Data for this task section start

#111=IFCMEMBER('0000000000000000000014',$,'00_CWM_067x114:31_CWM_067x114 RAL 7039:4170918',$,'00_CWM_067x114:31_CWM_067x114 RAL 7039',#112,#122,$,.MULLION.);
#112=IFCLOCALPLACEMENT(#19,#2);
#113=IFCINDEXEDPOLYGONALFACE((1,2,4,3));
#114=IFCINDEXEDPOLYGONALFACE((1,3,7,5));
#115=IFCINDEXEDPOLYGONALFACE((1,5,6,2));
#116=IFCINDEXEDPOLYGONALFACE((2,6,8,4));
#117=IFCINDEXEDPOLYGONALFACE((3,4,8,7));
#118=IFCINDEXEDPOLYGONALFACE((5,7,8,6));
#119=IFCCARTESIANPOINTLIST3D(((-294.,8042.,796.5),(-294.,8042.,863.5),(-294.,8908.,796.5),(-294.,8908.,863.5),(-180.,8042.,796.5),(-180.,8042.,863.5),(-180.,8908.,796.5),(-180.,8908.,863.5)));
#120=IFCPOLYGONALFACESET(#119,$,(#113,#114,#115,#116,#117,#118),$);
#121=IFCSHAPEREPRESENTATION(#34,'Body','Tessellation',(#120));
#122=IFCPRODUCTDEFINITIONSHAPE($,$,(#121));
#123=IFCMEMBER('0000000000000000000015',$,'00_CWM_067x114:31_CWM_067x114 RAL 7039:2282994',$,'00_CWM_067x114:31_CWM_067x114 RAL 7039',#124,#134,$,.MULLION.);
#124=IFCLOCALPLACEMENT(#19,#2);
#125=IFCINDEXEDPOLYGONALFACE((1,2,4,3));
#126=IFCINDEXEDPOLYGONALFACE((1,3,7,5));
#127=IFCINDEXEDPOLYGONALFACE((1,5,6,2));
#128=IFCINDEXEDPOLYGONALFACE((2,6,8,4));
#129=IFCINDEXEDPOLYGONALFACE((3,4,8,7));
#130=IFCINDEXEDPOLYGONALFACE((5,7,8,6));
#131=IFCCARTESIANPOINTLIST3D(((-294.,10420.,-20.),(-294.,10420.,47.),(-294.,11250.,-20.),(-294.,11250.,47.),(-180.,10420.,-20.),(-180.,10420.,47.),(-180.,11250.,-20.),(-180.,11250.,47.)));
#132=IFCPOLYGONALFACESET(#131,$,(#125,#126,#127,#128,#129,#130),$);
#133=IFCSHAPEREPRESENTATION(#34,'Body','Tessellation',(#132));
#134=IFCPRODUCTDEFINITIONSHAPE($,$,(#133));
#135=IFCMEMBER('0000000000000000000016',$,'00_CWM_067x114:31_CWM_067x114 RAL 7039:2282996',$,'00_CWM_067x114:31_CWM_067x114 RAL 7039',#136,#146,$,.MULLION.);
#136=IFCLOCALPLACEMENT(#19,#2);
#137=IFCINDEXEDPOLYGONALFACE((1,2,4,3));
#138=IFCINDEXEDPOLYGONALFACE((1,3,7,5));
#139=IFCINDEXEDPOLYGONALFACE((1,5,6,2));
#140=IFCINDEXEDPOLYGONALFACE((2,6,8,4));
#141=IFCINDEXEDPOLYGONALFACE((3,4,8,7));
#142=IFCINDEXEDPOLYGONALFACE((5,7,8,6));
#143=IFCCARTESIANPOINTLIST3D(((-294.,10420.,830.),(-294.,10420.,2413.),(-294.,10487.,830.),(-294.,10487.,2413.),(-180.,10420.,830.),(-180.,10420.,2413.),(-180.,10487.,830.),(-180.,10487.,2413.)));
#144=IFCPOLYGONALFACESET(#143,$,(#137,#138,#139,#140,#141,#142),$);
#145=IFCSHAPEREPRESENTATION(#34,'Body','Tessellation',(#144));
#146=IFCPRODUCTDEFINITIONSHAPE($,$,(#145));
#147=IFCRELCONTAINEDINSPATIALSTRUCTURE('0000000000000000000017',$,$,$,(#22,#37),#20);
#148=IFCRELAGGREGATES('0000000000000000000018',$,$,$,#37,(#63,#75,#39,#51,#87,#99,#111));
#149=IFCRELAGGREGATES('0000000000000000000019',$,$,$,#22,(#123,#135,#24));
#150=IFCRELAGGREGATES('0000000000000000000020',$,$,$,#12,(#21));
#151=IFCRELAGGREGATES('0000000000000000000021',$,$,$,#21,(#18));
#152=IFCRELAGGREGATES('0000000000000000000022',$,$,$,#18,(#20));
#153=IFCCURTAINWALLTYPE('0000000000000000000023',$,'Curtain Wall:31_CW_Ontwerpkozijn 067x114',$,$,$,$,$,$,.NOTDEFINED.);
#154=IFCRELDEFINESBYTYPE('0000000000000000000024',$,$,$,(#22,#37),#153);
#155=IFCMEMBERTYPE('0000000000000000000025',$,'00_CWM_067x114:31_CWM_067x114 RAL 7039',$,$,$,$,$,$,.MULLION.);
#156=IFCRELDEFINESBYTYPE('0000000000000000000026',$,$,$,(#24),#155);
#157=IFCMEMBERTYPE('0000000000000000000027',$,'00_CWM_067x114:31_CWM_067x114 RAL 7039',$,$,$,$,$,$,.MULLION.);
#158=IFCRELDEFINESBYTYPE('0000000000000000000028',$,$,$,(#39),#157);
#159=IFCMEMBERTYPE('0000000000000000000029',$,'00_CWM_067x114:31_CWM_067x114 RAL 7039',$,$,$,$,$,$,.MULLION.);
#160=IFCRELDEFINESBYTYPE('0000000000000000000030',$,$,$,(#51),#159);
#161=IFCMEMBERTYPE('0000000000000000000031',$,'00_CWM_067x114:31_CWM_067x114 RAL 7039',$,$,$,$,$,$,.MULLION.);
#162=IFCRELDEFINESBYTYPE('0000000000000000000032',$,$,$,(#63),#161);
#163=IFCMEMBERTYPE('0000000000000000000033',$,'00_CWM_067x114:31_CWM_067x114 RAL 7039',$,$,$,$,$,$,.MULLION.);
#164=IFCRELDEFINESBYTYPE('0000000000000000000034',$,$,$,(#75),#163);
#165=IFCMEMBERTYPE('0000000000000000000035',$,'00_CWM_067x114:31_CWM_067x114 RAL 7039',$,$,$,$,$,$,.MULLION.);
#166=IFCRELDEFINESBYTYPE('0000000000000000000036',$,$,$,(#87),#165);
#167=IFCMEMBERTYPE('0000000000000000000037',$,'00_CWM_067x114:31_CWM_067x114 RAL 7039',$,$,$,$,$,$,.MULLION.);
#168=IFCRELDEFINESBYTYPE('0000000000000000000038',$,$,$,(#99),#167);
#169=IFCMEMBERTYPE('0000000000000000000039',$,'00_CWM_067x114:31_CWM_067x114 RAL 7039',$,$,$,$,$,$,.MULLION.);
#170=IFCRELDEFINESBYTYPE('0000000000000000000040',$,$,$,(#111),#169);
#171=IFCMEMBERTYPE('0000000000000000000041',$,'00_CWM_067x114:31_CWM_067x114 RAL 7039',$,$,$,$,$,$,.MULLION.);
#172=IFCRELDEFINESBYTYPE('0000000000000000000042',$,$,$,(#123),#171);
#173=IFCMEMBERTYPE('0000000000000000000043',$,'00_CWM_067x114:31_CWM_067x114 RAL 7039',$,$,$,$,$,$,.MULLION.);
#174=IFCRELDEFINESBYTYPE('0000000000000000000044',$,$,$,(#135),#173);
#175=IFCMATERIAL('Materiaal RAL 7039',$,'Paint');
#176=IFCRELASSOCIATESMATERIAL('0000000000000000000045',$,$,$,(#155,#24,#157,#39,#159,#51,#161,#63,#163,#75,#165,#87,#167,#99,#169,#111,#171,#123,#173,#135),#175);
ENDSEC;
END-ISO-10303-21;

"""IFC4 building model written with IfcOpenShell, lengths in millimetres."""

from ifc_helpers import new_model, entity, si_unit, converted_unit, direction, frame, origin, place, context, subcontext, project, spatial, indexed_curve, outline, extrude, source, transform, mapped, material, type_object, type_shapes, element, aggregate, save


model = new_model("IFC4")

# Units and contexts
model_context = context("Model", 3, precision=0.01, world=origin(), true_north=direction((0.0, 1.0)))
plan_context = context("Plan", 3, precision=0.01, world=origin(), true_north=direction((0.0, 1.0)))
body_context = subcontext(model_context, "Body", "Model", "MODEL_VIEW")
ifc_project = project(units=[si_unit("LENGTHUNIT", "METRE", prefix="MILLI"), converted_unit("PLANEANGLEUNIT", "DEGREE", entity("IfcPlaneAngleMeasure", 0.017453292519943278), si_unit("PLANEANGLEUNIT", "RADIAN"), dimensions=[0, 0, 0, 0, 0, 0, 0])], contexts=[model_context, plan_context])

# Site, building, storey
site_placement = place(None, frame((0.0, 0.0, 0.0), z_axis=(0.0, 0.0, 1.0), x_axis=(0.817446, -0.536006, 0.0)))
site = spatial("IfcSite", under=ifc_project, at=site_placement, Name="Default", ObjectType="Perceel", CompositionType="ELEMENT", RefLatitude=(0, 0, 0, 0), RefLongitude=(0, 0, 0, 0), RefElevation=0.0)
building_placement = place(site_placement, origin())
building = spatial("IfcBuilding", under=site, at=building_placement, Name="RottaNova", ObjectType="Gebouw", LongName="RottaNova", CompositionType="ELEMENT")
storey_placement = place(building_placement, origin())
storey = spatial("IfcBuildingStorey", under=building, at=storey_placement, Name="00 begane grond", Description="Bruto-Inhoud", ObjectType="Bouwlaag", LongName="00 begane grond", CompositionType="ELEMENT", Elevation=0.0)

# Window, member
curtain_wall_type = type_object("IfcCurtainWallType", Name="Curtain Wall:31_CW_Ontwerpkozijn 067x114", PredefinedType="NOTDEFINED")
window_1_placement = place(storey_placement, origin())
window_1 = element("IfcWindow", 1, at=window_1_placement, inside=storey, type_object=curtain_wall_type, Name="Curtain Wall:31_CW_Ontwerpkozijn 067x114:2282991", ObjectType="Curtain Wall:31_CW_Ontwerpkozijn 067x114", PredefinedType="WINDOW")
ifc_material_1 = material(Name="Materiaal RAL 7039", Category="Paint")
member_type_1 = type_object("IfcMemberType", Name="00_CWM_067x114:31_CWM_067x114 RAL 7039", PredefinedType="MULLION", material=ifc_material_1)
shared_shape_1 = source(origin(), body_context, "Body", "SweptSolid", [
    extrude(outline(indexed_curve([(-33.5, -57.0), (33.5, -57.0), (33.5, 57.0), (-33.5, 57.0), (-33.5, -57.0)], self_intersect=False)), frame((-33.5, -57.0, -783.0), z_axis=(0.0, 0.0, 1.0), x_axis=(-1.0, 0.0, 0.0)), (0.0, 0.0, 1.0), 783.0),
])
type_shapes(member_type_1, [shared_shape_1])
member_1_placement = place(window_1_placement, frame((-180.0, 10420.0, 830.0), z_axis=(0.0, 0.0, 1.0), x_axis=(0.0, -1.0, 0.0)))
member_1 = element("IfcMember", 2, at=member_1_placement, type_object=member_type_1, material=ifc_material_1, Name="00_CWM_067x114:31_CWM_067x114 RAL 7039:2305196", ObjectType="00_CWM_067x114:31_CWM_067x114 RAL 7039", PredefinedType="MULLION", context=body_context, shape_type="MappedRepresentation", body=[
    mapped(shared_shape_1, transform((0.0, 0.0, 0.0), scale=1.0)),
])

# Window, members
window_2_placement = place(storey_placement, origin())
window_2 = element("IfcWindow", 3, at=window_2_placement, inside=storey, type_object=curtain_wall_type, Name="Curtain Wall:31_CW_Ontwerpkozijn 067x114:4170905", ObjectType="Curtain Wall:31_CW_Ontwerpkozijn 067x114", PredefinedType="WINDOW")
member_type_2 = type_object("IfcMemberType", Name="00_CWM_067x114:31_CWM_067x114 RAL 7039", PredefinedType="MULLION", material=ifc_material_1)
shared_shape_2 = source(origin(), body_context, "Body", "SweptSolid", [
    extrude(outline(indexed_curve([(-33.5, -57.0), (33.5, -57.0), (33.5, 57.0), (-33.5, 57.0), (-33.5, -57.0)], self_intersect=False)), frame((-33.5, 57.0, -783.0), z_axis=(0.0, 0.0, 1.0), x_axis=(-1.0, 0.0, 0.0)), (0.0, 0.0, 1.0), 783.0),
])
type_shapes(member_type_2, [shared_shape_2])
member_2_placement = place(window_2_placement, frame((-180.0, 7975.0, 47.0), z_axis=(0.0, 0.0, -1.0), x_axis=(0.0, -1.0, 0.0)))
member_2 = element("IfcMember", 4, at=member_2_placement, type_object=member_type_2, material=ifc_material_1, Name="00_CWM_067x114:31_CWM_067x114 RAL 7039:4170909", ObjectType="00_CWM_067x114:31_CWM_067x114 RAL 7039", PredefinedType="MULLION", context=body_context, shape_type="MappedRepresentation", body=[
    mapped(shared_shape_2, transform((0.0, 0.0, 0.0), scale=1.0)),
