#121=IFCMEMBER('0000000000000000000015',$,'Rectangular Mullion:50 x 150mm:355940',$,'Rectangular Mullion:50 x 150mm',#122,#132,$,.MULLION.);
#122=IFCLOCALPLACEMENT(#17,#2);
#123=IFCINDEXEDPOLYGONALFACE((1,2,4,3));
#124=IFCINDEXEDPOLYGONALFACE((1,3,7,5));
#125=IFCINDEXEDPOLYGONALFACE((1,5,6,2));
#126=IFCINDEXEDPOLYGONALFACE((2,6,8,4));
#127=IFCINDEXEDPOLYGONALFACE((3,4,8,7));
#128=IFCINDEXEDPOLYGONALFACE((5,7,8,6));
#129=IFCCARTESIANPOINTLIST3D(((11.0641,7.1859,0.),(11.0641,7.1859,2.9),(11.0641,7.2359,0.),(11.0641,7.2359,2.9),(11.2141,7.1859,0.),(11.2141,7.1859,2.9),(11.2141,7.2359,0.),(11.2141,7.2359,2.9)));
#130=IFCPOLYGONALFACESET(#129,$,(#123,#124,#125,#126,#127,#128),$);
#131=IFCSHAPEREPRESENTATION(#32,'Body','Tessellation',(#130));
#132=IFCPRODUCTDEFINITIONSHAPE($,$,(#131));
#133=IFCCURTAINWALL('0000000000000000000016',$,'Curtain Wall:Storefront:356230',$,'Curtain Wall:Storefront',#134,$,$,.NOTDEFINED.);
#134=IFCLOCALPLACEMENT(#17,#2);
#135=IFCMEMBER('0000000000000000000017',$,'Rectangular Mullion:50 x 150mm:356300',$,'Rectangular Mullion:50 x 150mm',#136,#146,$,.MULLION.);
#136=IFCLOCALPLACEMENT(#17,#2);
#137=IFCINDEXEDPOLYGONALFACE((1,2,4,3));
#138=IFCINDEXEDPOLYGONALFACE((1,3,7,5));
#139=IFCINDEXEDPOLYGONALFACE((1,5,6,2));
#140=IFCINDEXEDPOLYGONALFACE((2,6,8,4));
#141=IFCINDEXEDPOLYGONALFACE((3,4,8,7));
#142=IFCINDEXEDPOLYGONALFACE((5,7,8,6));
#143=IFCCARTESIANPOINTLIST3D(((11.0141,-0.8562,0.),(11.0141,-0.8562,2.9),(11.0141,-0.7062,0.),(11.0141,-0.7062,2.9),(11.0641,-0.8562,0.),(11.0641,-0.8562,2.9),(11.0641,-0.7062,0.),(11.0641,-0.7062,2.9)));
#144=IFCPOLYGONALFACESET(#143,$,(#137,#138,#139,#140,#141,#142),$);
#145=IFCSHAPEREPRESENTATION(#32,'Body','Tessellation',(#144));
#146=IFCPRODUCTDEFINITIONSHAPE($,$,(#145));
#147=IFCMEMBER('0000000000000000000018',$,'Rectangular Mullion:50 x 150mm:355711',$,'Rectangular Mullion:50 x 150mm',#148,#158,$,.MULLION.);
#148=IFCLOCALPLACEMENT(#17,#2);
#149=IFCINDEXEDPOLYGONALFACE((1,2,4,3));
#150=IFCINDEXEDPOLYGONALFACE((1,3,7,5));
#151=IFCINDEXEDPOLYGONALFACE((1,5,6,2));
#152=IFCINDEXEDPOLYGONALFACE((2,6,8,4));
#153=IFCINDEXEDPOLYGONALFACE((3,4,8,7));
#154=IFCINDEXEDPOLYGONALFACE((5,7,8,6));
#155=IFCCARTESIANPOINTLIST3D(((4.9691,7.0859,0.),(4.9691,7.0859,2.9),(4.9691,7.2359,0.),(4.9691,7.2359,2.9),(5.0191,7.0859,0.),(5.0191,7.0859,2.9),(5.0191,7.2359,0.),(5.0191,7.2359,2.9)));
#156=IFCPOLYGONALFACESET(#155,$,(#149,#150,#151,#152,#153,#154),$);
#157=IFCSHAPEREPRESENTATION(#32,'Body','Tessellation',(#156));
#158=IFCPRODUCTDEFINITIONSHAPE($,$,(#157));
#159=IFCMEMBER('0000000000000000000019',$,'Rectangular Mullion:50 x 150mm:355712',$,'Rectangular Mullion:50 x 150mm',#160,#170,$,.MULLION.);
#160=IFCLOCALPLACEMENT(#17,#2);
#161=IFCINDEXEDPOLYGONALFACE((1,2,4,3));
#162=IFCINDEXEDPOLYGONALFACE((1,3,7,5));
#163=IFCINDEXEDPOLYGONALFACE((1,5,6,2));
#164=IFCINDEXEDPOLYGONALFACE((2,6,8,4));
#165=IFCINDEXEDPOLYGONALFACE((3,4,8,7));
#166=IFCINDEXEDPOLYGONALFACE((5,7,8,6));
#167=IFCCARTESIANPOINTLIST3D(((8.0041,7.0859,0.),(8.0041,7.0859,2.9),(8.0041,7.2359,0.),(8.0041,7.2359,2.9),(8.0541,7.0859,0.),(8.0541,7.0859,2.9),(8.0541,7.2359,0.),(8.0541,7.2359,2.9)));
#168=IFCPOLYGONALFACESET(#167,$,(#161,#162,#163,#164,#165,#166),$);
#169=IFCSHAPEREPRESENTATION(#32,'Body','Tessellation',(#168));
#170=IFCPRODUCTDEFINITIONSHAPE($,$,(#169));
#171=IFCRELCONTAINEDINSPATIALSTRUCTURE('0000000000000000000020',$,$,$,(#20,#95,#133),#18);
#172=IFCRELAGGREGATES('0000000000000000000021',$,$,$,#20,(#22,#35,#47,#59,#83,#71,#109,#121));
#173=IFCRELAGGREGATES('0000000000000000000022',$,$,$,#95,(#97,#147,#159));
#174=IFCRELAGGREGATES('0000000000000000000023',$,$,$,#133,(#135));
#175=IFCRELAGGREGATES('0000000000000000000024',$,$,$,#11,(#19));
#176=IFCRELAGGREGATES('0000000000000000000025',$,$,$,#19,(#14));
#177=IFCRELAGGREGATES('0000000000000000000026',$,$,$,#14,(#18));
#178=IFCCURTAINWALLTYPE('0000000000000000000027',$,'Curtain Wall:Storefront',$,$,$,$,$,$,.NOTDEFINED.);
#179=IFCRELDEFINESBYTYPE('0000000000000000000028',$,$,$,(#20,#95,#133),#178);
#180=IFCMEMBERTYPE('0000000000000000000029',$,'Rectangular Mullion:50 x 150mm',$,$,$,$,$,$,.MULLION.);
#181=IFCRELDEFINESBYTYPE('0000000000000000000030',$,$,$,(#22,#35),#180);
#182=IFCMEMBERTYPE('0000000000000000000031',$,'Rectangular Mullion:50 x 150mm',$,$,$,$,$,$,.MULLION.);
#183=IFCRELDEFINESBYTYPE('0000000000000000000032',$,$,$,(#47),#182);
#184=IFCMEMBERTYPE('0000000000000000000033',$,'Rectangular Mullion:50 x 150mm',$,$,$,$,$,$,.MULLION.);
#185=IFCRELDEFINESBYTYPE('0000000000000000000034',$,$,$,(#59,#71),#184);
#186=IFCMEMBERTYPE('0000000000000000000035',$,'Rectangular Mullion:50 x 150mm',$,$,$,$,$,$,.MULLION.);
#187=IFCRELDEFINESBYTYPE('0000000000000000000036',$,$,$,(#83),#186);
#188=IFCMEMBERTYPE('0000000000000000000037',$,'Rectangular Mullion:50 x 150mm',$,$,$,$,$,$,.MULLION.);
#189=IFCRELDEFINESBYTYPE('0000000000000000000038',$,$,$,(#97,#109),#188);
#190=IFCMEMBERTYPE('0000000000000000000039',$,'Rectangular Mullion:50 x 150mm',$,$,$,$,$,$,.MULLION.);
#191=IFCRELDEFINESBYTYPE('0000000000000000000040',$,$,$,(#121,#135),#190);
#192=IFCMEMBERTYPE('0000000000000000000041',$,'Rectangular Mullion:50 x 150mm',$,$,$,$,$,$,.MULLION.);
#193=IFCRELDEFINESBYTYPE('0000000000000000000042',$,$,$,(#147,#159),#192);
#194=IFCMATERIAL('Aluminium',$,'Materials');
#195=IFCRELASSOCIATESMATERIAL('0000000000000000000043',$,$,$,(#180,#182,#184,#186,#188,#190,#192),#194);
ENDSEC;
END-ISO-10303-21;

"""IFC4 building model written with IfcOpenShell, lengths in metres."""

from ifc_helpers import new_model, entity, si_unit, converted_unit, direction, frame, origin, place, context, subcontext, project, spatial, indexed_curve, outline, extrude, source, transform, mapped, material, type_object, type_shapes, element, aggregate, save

Data for this task section end

■ Exercise ■
When a line of the data holds the string "outline", pick it out and copy it.

■ Worked solution ■
from ifc_helpers import new_model, entity, si_unit, converted_unit, direction, frame, origin, place, context, subcontext, project, spatial, indexed_curve, outline, extrude, source, transform, mapped, material, type_object, type_shapes, element, aggregate, save
    extrude(outline(indexed_curve([(-33.5, -57.0), (33.5, -57.0), (33.5, 57.0), (-33.5, 57.0), (-33.5, -57.0)], self_intersect=False)), frame((-33.5, -57.0, -783.0), z_axis=(0.0, 0.0, 1.0), x_axis=(-1.0, 0.0, 0.0)), (0.0, 0.0, 1.0), 783.0),
    extrude(outline(indexed_curve([(-33.5, -57.0), (33.5, -57.0), (33.5, 57.0), (-33.5, 57.0), (-33.5, -57.0)], self_intersect=False)), frame((-33.5, 57.0, -783.0), z_axis=(0.0, 0.0, 1.0), x_axis=(-1.0, 0.0, 0.0)), (0.0, 0.0, 1.0), 783.0),
from ifc_helpers import new_model, entity, si_unit, converted_unit, direction, frame, origin, place, context, subcontext, project, spatial, indexed_curve, outline, extrude, source, transform, mapped, material, type_object, type_shapes, element, aggregate, save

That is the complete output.